Records from a collection
[Start of Attachment]

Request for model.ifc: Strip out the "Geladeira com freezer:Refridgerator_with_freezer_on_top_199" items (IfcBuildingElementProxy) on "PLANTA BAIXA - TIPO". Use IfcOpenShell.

First a look at what the model holds.

```python
import ifcopenshell
import ifcopenshell.util.element

model = ifcopenshell.open("model.ifc")
print(model.schema)
storey = next(s for s in model.by_type("IfcBuildingStorey") if s.Name == "PLANTA BAIXA - TIPO")
proxies = [e for e in ifcopenshell.util.element.get_decomposition(storey) if e.is_a("IfcBuildingElementProxy")]
seen = {}
for e in proxies:
    element_type = ifcopenshell.util.element.get_type(e)
    name = element_type.Name if element_type not in (None, e) else None
    seen[name] = seen.get(name, 0) + 1
for name, count in sorted(seen.items(), key=str):
    print(count, "x", name)
```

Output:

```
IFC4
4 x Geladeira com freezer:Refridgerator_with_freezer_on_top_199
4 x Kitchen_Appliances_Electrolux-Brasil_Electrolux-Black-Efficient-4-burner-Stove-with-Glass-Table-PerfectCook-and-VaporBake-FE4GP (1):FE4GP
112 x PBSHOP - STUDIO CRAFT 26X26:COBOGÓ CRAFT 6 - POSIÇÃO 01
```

```python
import ifcopenshell
import ifcopenshell.api.root
import ifcopenshell.util.element

model = ifcopenshell.open("model.ifc")

storey = next(s for s in model.by_type("IfcBuildingStorey") if s.Name == "PLANTA BAIXA - TIPO")
proxies = [e for e in ifcopenshell.util.element.get_decomposition(storey) if e.is_a("IfcBuildingElementProxy")]
targets = [e for e in proxies if (t := ifcopenshell.util.element.get_type(e)) not in (None, e) and t.Name == "Geladeira com freezer:Refridgerator_with_freezer_on_top_199"]

for e in targets:
    ifcopenshell.api.root.remove_product(model, product=e)
print(len(targets), "removed")

model.write("model_edited.ifc")
```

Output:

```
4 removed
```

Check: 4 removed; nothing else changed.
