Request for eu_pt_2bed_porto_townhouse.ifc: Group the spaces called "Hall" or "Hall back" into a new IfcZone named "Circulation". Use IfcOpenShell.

First a look at what the model holds.

```python
import ifcopenshell

model = ifcopenshell.open("eu_pt_2bed_porto_townhouse.ifc")
print(model.schema)
seen = {}
for space in model.by_type("IfcSpace"):
    seen[space.LongName] = seen.get(space.LongName, 0) + 1
for name, count in sorted(seen.items(), key=str):
    print(count, "x", name)
print("zones:", [z.Name for z in model.by_type("IfcZone")][:20])
```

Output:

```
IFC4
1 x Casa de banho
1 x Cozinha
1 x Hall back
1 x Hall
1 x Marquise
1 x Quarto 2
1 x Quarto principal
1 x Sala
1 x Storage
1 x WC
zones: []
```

```python
import ifcopenshell
import ifcopenshell.api.group
import ifcopenshell.api.root

model = ifcopenshell.open("eu_pt_2bed_porto_townhouse.ifc")

names = {"Hall", "Hall back"}
spaces = [s for s in model.by_type("IfcSpace") if s.LongName in names]

zone = ifcopenshell.api.root.create_entity(model, ifc_class="IfcZone", name="Circulation")
ifcopenshell.api.group.assign_group(model, products=spaces, group=zone)
print(len(spaces), "spaces in", zone.Name)

model.write("eu_pt_2bed_porto_townhouse-out.ifc")
```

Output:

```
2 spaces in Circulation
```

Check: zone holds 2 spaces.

[End of Attachment]

TO DO
Copy each record exactly, leaving nothing out.

EXERCISE SOLUTION
Request for model.ifc: Strip out the "Geladeira com freezer:Refridgerator_with_freezer_on_top_199" items (IfcBuildingElementProxy) on "PLANTA BAIXA - TIPO". Use IfcOpenShell.

First a look at what the model holds.

```python
import ifcopenshell
import ifcopenshell.util.element

model = ifcopenshell.open("model.ifc")
print(model.schema)
storey = next(s for s in model.by_type("IfcBuildingStorey") if s.Name == "PLANTA BAIXA - TIPO")
proxies = [e for e in ifcopenshell.util.element.get_decomposition(storey) if e.is_a("IfcBuildingElementProxy")]
seen = {}
for e in proxies:
    element_type = ifcopenshell.util.element.get_type(e)
    name = element_type.Name if element_type not in (None, e) else None
    seen[name] = seen.get(name, 0) + 1
for name, count in sorted(seen.items(), key=str):
    print(count, "x", name)
```

Output:

```
IFC4
4 x Geladeira com freezer:Refridgerator_with_freezer_on_top_199
4 x Kitchen_Appliances_Electrolux-Brasil_Electrolux-Black-Efficient-4-burner-Stove-with-Glass-Table-PerfectCook-and-VaporBake-FE4GP (1):FE4GP
112 x PBSHOP - STUDIO CRAFT 26X26:COBOGÓ CRAFT 6 - POSIÇÃO 01
```

```python
import ifcopenshell
import ifcopenshell.api.root
import ifcopenshell.util.element

model = ifcopenshell.open("model.ifc")

storey = next(s for s in model.by_type("IfcBuildingStorey") if s.Name == "PLANTA BAIXA - TIPO")
proxies = [e for e in ifcopenshell.util.element.get_decomposition(storey) if e.is_a("IfcBuildingElementProxy")]
targets = [e for e in proxies if (t := ifcopenshell.util.element.get_type(e)) not in (None, e) and t.Name == "Geladeira com freezer:Refridgerator_with_freezer_on_top_199"]

for e in targets:
    ifcopenshell.api.root.remove_product(model, product=e)
print(len(targets), "removed")

model.write("model_edited.ifc")
```

Output:

```
4 removed
```

Check: 4 removed; nothing else changed.
Request for eu_pt_2bed_porto_townhouse.ifc: Group the spaces called "Hall" or "Hall back" into a new IfcZone named "Circulation". Use IfcOpenShell.

First a look at what the model holds.

```python
import ifcopenshell

model = ifcopenshell.open("eu_pt_2bed_porto_townhouse.ifc")
print(model.schema)
seen = {}
for space in model.by_type("IfcSpace"):
    seen[space.LongName] = seen.get(space.LongName, 0) + 1
for name, count in sorted(seen.items(), key=str):
    print(count, "x", name)
print("zones:", [z.Name for z in model.by_type("IfcZone")][:20])
```

Output:

```
IFC4
1 x Casa de banho
1 x Cozinha
1 x Hall back
1 x Hall
1 x Marquise
1 x Quarto 2
1 x Quarto principal
1 x Sala
1 x Storage
1 x WC
zones: []
```

```python
import ifcopenshell
import ifcopenshell.api.group
import ifcopenshell.api.root

model = ifcopenshell.open("eu_pt_2bed_porto_townhouse.ifc")

names = {"Hall", "Hall back"}
spaces = [s for s in model.by_type("IfcSpace") if s.LongName in names]

zone = ifcopenshell.api.root.create_entity(model, ifc_class="IfcZone", name="Circulation")
ifcopenshell.api.group.assign_group(model, products=spaces, group=zone)
print(len(spaces), "spaces in", zone.Name)

model.write("eu_pt_2bed_porto_townhouse-out.ifc")
```

Output:

```
2 spaces in Circulation
```

Check: zone holds 2 spaces.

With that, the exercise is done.